Other aspects which the clinician may choose to discuss are:

  • details of the diagnosis, prognosis, and implications if the condition is left untreated
  • the options for treatment, including the option not to treat if applicable
  • details of any subsidiary treatments e.g. pain relief
  • patient experiences during and after the treatment, including common or potential side effects and the recovery process
  • the probability of success and the possibility of further treatments
  • the option of a second opinion 
 

Immunisations

Informed consent must be obtained prior to giving an immunisation. There is no legal requirement for consent to immunisation to be in writing and a signature on a consent form is not conclusive proof that consent has been given, but serves to record the decision and discussions that have taken place with the patient, or the person giving consent on a child’s behalf. In the case of childhood immunisations parental consent is obtained by the general practitioner at the 6 weeks check up and the consent, or otherwise, recorded in the patient’s medical record.

 

Consent of children

Everyone aged 16 years or more is presumed to be competent to give consent for themselves, unless there is evidence which demonstrates otherwise. If a child under the age of 16 has “sufficient understanding and intelligence to enable him/her to understand fully what is proposed” (known as Gillick Competence), then they will be considered competent to give consent. Young people aged 16 and 17, and legally competent younger children may therefore sign their own Consent Form, but may like a parent to countersign as well.

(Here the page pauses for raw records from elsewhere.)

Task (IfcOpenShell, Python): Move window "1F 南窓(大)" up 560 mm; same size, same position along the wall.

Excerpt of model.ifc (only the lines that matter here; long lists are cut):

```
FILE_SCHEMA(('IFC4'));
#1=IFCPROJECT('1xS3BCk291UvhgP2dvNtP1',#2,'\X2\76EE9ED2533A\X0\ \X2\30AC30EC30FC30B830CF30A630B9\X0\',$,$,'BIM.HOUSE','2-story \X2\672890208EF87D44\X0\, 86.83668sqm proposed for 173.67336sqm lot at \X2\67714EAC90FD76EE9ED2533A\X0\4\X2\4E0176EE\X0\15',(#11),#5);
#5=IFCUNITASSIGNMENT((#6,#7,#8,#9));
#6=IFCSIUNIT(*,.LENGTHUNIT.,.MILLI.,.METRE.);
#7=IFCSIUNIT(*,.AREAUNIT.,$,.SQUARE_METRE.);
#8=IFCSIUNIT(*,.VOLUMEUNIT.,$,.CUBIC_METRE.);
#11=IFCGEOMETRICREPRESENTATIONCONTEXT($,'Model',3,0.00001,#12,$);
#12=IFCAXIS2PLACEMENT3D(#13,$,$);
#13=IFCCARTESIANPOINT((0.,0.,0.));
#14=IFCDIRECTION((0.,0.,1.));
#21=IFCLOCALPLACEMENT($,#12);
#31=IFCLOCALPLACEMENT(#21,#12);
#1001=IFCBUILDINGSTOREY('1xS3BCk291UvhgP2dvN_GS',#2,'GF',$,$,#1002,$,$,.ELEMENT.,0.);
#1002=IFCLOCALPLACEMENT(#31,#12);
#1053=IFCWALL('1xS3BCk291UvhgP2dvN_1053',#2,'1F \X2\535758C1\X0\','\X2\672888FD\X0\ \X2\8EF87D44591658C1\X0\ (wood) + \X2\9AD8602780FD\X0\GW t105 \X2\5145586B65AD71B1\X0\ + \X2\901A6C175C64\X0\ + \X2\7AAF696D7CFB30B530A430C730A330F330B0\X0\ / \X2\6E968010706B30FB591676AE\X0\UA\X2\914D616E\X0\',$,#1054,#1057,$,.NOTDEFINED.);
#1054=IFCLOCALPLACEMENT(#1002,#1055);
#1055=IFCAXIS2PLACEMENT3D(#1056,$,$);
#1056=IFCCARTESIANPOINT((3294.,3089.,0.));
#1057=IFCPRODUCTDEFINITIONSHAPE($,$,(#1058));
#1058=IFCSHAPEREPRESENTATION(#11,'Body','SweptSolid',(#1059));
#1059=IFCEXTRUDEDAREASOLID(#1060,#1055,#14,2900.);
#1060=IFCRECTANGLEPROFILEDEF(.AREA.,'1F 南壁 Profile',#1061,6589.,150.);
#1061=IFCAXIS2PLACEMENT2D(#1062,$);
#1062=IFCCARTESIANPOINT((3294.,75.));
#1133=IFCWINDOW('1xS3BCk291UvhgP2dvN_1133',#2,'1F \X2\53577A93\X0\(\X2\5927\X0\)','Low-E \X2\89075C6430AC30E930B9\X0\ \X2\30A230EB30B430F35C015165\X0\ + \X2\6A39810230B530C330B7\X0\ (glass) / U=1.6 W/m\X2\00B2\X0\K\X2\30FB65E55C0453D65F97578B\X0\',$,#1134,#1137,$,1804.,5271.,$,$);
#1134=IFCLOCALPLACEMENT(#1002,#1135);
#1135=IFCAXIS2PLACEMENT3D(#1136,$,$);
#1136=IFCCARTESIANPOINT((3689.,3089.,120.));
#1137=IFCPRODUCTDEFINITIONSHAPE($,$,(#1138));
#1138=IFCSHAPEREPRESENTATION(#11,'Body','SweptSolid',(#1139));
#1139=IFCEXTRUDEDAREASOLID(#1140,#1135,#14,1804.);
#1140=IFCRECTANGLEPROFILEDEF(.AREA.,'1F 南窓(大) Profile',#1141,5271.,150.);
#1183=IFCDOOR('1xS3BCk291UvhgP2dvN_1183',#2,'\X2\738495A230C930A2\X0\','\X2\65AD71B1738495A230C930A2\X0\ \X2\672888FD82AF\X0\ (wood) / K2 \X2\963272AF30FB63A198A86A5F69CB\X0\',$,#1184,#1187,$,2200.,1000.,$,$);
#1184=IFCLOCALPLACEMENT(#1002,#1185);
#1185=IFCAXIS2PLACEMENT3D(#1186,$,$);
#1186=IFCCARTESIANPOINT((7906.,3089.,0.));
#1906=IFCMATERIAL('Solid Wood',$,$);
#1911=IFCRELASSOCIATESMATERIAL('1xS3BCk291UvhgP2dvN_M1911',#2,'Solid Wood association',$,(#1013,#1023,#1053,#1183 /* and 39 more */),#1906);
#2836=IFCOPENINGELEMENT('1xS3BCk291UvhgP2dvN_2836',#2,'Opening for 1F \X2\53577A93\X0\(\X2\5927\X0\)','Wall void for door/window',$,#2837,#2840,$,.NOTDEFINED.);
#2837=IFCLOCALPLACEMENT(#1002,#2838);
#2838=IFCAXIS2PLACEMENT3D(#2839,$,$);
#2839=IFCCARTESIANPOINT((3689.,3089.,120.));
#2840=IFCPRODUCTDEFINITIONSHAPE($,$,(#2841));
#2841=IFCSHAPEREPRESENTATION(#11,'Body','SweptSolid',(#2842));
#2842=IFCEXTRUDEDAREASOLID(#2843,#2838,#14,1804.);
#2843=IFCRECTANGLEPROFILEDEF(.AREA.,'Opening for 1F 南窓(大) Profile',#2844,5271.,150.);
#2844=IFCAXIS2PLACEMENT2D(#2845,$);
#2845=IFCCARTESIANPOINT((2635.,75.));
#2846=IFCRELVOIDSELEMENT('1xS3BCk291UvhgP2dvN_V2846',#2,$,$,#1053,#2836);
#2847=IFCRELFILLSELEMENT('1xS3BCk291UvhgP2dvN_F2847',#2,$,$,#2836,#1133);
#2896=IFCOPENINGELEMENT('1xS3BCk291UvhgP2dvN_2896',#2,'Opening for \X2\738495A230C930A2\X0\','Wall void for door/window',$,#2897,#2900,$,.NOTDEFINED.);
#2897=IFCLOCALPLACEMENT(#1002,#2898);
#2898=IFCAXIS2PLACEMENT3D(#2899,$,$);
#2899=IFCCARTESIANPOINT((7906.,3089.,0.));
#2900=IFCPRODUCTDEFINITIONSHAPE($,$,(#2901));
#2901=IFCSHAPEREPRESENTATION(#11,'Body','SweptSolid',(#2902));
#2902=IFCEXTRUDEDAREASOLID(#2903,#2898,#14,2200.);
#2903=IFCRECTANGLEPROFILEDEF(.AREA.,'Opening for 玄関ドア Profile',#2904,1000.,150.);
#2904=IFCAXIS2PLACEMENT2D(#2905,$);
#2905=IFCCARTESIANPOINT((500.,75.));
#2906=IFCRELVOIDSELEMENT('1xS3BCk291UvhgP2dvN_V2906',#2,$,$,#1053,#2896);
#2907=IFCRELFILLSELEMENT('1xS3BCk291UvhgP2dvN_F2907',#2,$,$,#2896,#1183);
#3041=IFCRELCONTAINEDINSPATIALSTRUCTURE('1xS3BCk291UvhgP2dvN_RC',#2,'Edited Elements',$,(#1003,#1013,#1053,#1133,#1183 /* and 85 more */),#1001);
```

```python
import numpy as np
import ifcopenshell
import ifcopenshell.api.geometry
import ifcopenshell.util.placement
import ifcopenshell.util.unit

model = ifcopenshell.open("model.ifc")
unit_scale = ifcopenshell.util.unit.calculate_unit_scale(model)

window = model.by_guid("1xS3BCk291UvhgP2dvN_1133")
opening = window.FillsVoids[0].RelatingOpeningElement
dz = 0.56 / unit_scale

shift = np.array([0.0, 0.0, dz])
# The window is not placed relative to its opening, so move both.
for product in (opening, window):
    matrix = ifcopenshell.util.placement.get_local_placement(product.ObjectPlacement)
    matrix[:3, 3] += shift
    ifcopenshell.api.geometry.edit_object_placement(model, product=product, matrix=matrix, is_si=False)

print(f"moved by {dz * unit_scale:+.3f} m")

model.write("model_edited.ifc")
```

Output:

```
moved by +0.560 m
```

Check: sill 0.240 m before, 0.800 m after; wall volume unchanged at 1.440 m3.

For children under 16 years of age, who do not demonstrate Gillick Competence, a parent or guardian should give consent on the child’s behalf by signing accordingly on the Consent Form.

 

Minor surgery

Consent is obtained in all cases before the procedure is undertaken. The process is explained to the patient and the opportunity is given to raise any questions with the clinician.

 

Insurance reports and sundry documents

Written consent to provide information to the insurance company must accompany the request before the report is undertaken. In addition, the patient can request sight of the report before it is sent.

 

Consent to the release of results to a third party

When a patient has consented to the release of results etc. to a third party e.g. a family member, the patient’s consent is recorded in the patient‘s medical record.